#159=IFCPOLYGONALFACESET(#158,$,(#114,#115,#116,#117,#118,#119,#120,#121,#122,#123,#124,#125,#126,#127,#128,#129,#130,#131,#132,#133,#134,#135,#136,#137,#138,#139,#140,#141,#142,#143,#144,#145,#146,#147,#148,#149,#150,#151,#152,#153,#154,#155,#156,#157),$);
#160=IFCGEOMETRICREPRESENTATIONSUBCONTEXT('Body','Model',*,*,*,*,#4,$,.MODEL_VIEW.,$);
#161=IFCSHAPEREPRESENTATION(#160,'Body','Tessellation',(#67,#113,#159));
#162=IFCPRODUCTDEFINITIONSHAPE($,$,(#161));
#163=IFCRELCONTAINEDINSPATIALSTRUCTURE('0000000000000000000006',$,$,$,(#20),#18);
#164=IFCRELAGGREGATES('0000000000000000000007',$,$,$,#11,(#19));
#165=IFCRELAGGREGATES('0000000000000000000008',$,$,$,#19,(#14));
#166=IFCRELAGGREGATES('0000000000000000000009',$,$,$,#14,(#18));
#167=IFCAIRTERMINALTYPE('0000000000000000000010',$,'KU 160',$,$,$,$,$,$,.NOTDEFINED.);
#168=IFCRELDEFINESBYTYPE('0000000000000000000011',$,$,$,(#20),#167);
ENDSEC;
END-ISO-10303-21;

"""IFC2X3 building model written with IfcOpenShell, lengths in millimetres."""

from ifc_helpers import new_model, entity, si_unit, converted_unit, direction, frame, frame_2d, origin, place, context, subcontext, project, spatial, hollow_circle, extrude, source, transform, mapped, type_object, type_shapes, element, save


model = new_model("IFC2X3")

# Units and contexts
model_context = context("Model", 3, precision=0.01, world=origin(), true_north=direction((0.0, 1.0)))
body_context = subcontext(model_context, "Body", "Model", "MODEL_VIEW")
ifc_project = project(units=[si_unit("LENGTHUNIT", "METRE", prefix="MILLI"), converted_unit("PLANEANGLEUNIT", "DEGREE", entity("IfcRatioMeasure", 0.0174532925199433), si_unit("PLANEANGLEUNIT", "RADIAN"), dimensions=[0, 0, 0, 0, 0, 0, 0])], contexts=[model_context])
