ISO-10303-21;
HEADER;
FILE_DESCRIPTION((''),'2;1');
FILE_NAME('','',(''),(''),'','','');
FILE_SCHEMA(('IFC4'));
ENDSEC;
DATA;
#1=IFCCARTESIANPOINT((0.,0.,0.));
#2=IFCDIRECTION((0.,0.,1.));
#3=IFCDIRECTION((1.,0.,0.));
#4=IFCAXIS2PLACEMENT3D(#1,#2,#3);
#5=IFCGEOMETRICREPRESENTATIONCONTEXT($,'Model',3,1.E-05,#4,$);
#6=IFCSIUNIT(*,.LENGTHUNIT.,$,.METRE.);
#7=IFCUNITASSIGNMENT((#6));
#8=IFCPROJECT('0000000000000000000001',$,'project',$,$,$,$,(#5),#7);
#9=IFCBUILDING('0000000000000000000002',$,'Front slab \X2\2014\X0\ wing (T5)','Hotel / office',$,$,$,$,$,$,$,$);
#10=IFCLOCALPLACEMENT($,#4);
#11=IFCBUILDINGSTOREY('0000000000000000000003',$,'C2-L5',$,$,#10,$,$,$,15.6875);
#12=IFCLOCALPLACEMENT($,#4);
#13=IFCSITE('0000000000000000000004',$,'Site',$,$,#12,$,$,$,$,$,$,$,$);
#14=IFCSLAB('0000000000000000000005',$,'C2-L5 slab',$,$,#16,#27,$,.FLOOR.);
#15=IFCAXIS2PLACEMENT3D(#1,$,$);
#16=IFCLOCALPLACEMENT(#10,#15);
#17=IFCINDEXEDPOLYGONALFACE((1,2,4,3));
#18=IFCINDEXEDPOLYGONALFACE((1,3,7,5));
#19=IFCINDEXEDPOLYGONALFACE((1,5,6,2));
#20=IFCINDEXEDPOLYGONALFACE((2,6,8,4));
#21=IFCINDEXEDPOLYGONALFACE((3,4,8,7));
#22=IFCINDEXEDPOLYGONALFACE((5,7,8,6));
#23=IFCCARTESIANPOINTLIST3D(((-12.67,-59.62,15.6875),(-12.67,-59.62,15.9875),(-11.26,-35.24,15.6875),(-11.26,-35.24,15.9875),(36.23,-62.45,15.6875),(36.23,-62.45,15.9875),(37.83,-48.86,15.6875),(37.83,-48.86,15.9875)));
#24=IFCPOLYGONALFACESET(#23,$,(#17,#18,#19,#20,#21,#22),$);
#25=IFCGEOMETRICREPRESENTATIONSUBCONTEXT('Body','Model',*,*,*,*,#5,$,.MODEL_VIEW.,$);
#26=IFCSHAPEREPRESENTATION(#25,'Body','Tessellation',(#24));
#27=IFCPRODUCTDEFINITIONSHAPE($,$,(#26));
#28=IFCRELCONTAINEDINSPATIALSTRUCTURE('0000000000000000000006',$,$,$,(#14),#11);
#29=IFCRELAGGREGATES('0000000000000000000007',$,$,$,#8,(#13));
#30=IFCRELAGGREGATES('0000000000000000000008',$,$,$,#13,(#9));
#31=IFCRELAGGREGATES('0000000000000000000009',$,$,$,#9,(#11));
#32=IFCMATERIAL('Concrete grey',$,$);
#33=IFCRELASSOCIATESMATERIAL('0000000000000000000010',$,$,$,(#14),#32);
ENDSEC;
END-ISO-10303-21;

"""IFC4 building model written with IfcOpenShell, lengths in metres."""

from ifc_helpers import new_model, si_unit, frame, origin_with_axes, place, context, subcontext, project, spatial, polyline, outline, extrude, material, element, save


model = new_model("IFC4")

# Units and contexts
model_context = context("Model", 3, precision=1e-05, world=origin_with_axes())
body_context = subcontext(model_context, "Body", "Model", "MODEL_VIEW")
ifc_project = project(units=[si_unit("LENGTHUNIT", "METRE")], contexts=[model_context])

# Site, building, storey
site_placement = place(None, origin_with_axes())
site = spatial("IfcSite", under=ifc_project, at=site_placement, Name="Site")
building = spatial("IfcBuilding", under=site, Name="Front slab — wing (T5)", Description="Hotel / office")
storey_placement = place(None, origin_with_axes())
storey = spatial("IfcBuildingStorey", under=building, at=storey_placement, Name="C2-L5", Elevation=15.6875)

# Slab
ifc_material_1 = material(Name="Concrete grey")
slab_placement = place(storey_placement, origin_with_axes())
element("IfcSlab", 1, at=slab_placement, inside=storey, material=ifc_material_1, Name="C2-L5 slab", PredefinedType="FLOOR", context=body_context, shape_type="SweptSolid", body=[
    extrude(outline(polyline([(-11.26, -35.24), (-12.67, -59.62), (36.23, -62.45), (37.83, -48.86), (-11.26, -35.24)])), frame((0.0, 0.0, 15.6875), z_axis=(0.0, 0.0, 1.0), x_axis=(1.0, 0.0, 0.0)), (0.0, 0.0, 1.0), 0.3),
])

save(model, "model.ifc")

------------------------

Task prompt:
Copy every line of the listing above exactly.

Answer box:
#159=IFCPOLYGONALFACESET(#158,$,(#114,#115,#116,#117,#118,#119,#120,#121,#122,#123,#124,#125,#126,#127,#128,#129,#130,#131,#132,#133,#134,#135,#136,#137,#138,#139,#140,#141,#142,#143,#144,#145,#146,#147,#148,#149,#150,#151,#152,#153,#154,#155,#156,#157),$);
#160=IFCGEOMETRICREPRESENTATIONSUBCONTEXT('Body','Model',*,*,*,*,#4,$,.MODEL_VIEW.,$);
#161=IFCSHAPEREPRESENTATION(#160,'Body','Tessellation',(#67,#113,#159));
#162=IFCPRODUCTDEFINITIONSHAPE($,$,(#161));
#163=IFCRELCONTAINEDINSPATIALSTRUCTURE('0000000000000000000006',$,$,$,(#20),#18);
#164=IFCRELAGGREGATES('0000000000000000000007',$,$,$,#11,(#19));
#165=IFCRELAGGREGATES('0000000000000000000008',$,$,$,#19,(#14));
#166=IFCRELAGGREGATES('0000000000000000000009',$,$,$,#14,(#18));
#167=IFCAIRTERMINALTYPE('0000000000000000000010',$,'KU 160',$,$,$,$,$,$,.NOTDEFINED.);
#168=IFCRELDEFINESBYTYPE('0000000000000000000011',$,$,$,(#20),#167);
ENDSEC;
END-ISO-10303-21;

"""IFC2X3 building model written with IfcOpenShell, lengths in millimetres."""

from ifc_helpers import new_model, entity, si_unit, converted_unit, direction, frame, frame_2d, origin, place, context, subcontext, project, spatial, hollow_circle, extrude, source, transform, mapped, type_object, type_shapes, element, save


model = new_model("IFC2X3")

# Units and contexts
model_context = context("Model", 3, precision=0.01, world=origin(), true_north=direction((0.0, 1.0)))
body_context = subcontext(model_context, "Body", "Model", "MODEL_VIEW")
ifc_project = project(units=[si_unit("LENGTHUNIT", "METRE", prefix="MILLI"), converted_unit("PLANEANGLEUNIT", "DEGREE", entity("IfcRatioMeasure", 0.0174532925199433), si_unit("PLANEANGLEUNIT", "RADIAN"), dimensions=[0, 0, 0, 0, 0, 0, 0])], contexts=[model_context])
ISO-10303-21;
HEADER;
FILE_DESCRIPTION((''),'2;1');
FILE_NAME('','',(''),(''),'','','');
FILE_SCHEMA(('IFC4'));
ENDSEC;
DATA;
#1=IFCCARTESIANPOINT((0.,0.,0.));
#2=IFCDIRECTION((0.,0.,1.));
#3=IFCDIRECTION((1.,0.,0.));
#4=IFCAXIS2PLACEMENT3D(#1,#2,#3);
#5=IFCGEOMETRICREPRESENTATIONCONTEXT($,'Model',3,1.E-05,#4,$);
#6=IFCSIUNIT(*,.LENGTHUNIT.,$,.METRE.);
#7=IFCUNITASSIGNMENT((#6));
#8=IFCPROJECT('0000000000000000000001',$,'project',$,$,$,$,(#5),#7);
#9=IFCBUILDING('0000000000000000000002',$,'Front slab \X2\2014\X0\ wing (T5)','Hotel / office',$,$,$,$,$,$,$,$);
#10=IFCLOCALPLACEMENT($,#4);
#11=IFCBUILDINGSTOREY('0000000000000000000003',$,'C2-L5',$,$,#10,$,$,$,15.6875);
#12=IFCLOCALPLACEMENT($,#4);
#13=IFCSITE('0000000000000000000004',$,'Site',$,$,#12,$,$,$,$,$,$,$,$);
#14=IFCSLAB('0000000000000000000005',$,'C2-L5 slab',$,$,#16,#27,$,.FLOOR.);
#15=IFCAXIS2PLACEMENT3D(#1,$,$);
#16=IFCLOCALPLACEMENT(#10,#15);
#17=IFCINDEXEDPOLYGONALFACE((1,2,4,3));
#18=IFCINDEXEDPOLYGONALFACE((1,3,7,5));
#19=IFCINDEXEDPOLYGONALFACE((1,5,6,2));
#20=IFCINDEXEDPOLYGONALFACE((2,6,8,4));
#21=IFCINDEXEDPOLYGONALFACE((3,4,8,7));
#22=IFCINDEXEDPOLYGONALFACE((5,7,8,6));
#23=IFCCARTESIANPOINTLIST3D(((-12.67,-59.62,15.6875),(-12.67,-59.62,15.9875),(-11.26,-35.24,15.6875),(-11.26,-35.24,15.9875),(36.23,-62.45,15.6875),(36.23,-62.45,15.9875),(37.83,-48.86,15.6875),(37.83,-48.86,15.9875)));
#24=IFCPOLYGONALFACESET(#23,$,(#17,#18,#19,#20,#21,#22),$);
#25=IFCGEOMETRICREPRESENTATIONSUBCONTEXT('Body','Model',*,*,*,*,#5,$,.MODEL_VIEW.,$);
#26=IFCSHAPEREPRESENTATION(#25,'Body','Tessellation',(#24));
#27=IFCPRODUCTDEFINITIONSHAPE($,$,(#26));
#28=IFCRELCONTAINEDINSPATIALSTRUCTURE('0000000000000000000006',$,$,$,(#14),#11);
#29=IFCRELAGGREGATES('0000000000000000000007',$,$,$,#8,(#13));
#30=IFCRELAGGREGATES('0000000000000000000008',$,$,$,#13,(#9));
#31=IFCRELAGGREGATES('0000000000000000000009',$,$,$,#9,(#11));
#32=IFCMATERIAL('Concrete grey',$,$);
#33=IFCRELASSOCIATESMATERIAL('0000000000000000000010',$,$,$,(#14),#32);
ENDSEC;
END-ISO-10303-21;

"""IFC4 building model written with IfcOpenShell, lengths in metres."""

from ifc_helpers import new_model, si_unit, frame, origin_with_axes, place, context, subcontext, project, spatial, polyline, outline, extrude, material, element, save


model = new_model("IFC4")

# Units and contexts
model_context = context("Model", 3, precision=1e-05, world=origin_with_axes())
body_context = subcontext(model_context, "Body", "Model", "MODEL_VIEW")
ifc_project = project(units=[si_unit("LENGTHUNIT", "METRE")], contexts=[model_context])

# Site, building, storey
site_placement = place(None, origin_with_axes())
site = spatial("IfcSite", under=ifc_project, at=site_placement, Name="Site")
building = spatial("IfcBuilding", under=site, Name="Front slab — wing (T5)", Description="Hotel / office")
storey_placement = place(None, origin_with_axes())
storey = spatial("IfcBuildingStorey", under=building, at=storey_placement, Name="C2-L5", Elevation=15.6875)

# Slab
ifc_material_1 = material(Name="Concrete grey")
slab_placement = place(storey_placement, origin_with_axes())
element("IfcSlab", 1, at=slab_placement, inside=storey, material=ifc_material_1, Name="C2-L5 slab", PredefinedType="FLOOR", context=body_context, shape_type="SweptSolid", body=[
    extrude(outline(polyline([(-11.26, -35.24), (-12.67, -59.62), (36.23, -62.45), (37.83, -48.86), (-11.26, -35.24)])), frame((0.0, 0.0, 15.6875), z_axis=(0.0, 0.0, 1.0), x_axis=(1.0, 0.0, 0.0)), (0.0, 0.0, 1.0), 0.3),
])

save(model, "model.ifc")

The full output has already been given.